A família é o grande esteio do nosso mangue-formador, que nela encontra a força e o apoio para seguir lutando. Depois da Lagoa, ele foi cuidar, com igual intensidade e dedicação, de outras áreas da cidade. Praticamente não há mangue no Rio que não tenha a sua intervenção, como Gramacho, onde plantou 35 hectares e cuida de outros 100, o Canal do Cunha no Fundão, a Baía de Guanabara... No complexo lagunar da Barra e de Jacarepaguá, trava, atualmente, uma batalha semelhante à que travou em relação à Lagoa. O projeto Olho Verde conta com o apoio da Camara Comunitária da Barra.

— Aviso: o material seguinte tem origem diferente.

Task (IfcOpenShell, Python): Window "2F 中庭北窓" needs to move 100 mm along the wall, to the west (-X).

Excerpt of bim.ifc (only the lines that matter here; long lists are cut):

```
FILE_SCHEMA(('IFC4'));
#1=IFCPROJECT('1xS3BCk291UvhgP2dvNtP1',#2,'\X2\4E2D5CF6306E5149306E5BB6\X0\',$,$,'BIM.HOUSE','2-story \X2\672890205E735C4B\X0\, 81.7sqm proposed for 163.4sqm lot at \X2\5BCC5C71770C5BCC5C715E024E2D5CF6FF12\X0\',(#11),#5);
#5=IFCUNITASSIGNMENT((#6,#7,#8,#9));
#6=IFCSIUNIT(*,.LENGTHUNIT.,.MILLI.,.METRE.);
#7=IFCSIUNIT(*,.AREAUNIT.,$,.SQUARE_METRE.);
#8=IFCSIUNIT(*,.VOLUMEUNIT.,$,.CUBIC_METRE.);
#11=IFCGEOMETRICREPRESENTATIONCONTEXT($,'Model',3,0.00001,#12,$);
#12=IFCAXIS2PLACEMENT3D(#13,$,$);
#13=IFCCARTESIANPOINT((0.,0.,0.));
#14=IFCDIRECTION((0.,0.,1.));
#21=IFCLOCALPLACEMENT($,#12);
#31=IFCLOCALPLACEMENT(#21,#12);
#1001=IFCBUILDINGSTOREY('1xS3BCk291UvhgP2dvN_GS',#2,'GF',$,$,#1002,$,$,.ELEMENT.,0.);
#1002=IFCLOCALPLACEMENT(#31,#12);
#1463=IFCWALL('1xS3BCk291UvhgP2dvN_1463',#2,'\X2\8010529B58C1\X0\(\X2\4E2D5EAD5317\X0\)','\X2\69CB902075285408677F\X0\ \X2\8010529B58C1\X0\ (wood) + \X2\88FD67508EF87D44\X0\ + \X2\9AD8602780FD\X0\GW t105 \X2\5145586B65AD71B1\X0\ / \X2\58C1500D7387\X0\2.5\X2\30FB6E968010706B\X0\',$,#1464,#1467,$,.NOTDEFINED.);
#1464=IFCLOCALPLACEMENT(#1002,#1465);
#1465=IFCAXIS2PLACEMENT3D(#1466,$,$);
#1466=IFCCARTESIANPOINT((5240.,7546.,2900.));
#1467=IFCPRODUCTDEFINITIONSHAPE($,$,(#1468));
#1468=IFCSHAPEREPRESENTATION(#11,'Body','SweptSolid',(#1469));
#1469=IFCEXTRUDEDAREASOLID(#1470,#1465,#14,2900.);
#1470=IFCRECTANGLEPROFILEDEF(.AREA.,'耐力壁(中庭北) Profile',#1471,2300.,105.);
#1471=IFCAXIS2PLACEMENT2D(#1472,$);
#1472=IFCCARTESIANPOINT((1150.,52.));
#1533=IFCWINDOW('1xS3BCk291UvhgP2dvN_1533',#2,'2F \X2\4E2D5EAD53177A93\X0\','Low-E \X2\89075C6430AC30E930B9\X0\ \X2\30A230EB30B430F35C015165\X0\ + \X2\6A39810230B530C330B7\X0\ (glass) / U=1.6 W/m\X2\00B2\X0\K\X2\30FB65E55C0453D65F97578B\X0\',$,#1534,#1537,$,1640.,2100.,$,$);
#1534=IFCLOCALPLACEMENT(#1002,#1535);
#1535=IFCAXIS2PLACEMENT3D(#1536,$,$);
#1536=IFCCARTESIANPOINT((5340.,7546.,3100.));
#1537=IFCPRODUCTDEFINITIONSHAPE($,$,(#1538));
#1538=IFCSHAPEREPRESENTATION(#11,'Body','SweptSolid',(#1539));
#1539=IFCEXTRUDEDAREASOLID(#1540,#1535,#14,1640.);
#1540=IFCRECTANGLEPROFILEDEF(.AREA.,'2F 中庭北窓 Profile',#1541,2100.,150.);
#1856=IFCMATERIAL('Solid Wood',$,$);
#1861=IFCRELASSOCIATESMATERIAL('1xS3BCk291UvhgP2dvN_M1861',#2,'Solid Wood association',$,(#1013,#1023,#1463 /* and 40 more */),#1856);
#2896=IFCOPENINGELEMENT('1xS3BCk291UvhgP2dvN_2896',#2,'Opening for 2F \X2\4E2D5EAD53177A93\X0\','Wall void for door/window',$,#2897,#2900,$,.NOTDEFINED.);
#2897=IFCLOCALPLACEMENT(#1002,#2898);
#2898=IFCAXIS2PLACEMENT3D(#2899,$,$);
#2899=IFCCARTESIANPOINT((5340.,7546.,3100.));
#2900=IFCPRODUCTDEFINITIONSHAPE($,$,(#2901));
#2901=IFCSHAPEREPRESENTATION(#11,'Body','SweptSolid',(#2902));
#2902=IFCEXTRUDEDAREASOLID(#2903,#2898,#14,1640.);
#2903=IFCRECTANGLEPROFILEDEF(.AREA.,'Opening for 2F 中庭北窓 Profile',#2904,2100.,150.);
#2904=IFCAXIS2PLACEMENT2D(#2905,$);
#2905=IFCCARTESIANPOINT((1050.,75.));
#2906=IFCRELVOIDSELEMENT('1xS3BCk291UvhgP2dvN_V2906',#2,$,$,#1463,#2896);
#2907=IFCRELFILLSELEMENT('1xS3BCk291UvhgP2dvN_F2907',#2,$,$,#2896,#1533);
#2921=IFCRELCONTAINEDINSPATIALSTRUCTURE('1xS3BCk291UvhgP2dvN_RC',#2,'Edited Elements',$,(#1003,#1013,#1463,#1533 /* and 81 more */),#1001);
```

```python
import ifcopenshell
import ifcopenshell.api.geometry
import ifcopenshell.util.placement
import ifcopenshell.util.unit

model = ifcopenshell.open("bim.ifc")
unit_scale = ifcopenshell.util.unit.calculate_unit_scale(model)

window = model.by_id(1533)
opening = window.FillsVoids[0].RelatingOpeningElement
wall = opening.VoidsElements[0].RelatingBuildingElement

wall_matrix = ifcopenshell.util.placement.get_local_placement(wall.ObjectPlacement)
shift = wall_matrix[:3, 0] * -0.1 / unit_scale
before = ifcopenshell.util.placement.get_local_placement(window.ObjectPlacement)[:3, 3].copy()

# The window is not placed relative to its opening, so move both.
for product in (opening, window):
    matrix = ifcopenshell.util.placement.get_local_placement(product.ObjectPlacement)
    matrix[:3, 3] += shift
    ifcopenshell.api.geometry.edit_object_placement(model, product=product, matrix=matrix, is_si=False)

after = ifcopenshell.util.placement.get_local_placement(window.ObjectPlacement)[:3, 3]
print("window moved by", (after - before).round(3) + 0.0)

model.write("bim_edited.ifc")
```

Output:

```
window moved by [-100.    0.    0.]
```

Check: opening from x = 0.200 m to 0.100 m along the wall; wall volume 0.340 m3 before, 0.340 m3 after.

-- Aquelas cinco lagoas viraram latrinas. 80% do que está lá é lama e lixo, sendo que na Tijuca existe até lixo hospitalar. Na condição em que estão, elas podem até produzir cianobactérias, que são uma das causas de câncer do fígado, -- desespera-se. – Da última vez que sobrevoei a região, há alguns dias, contei 185 pneus, 35 sofás, uma máquina de lavar, uma caixa d’água de mil litros, um jumento morto, vários aparelhos de televisão... Quer dizer, em pleno Século XXI, ainda não aprendemos nada!
O atual sonho de Moscatelli é que, até 2014, este verdadeiro esgoto a céu aberto esteja limpo, e a caminho da regeneração. Se isso acontecer, a cidade poderá mostrar ao mundo, durante as Olimpíadas, uma linda paisagem. Caso contrário...
-- A Natureza tem limites. Eu ando extremamente preocupado com o que vejo. Estou com um sentimento ruim, como um elefante antes de uma tsunami. O tempo está acabando. Dinheiro eu tenho certeza que existe, mas a má gestão é crônica. Fico perplexo com isso, porque, no fundo, deixar um legado para os nossos filhos é o que todos nós queremos. Políticos inclusive, por difícil que seja acreditar nisso.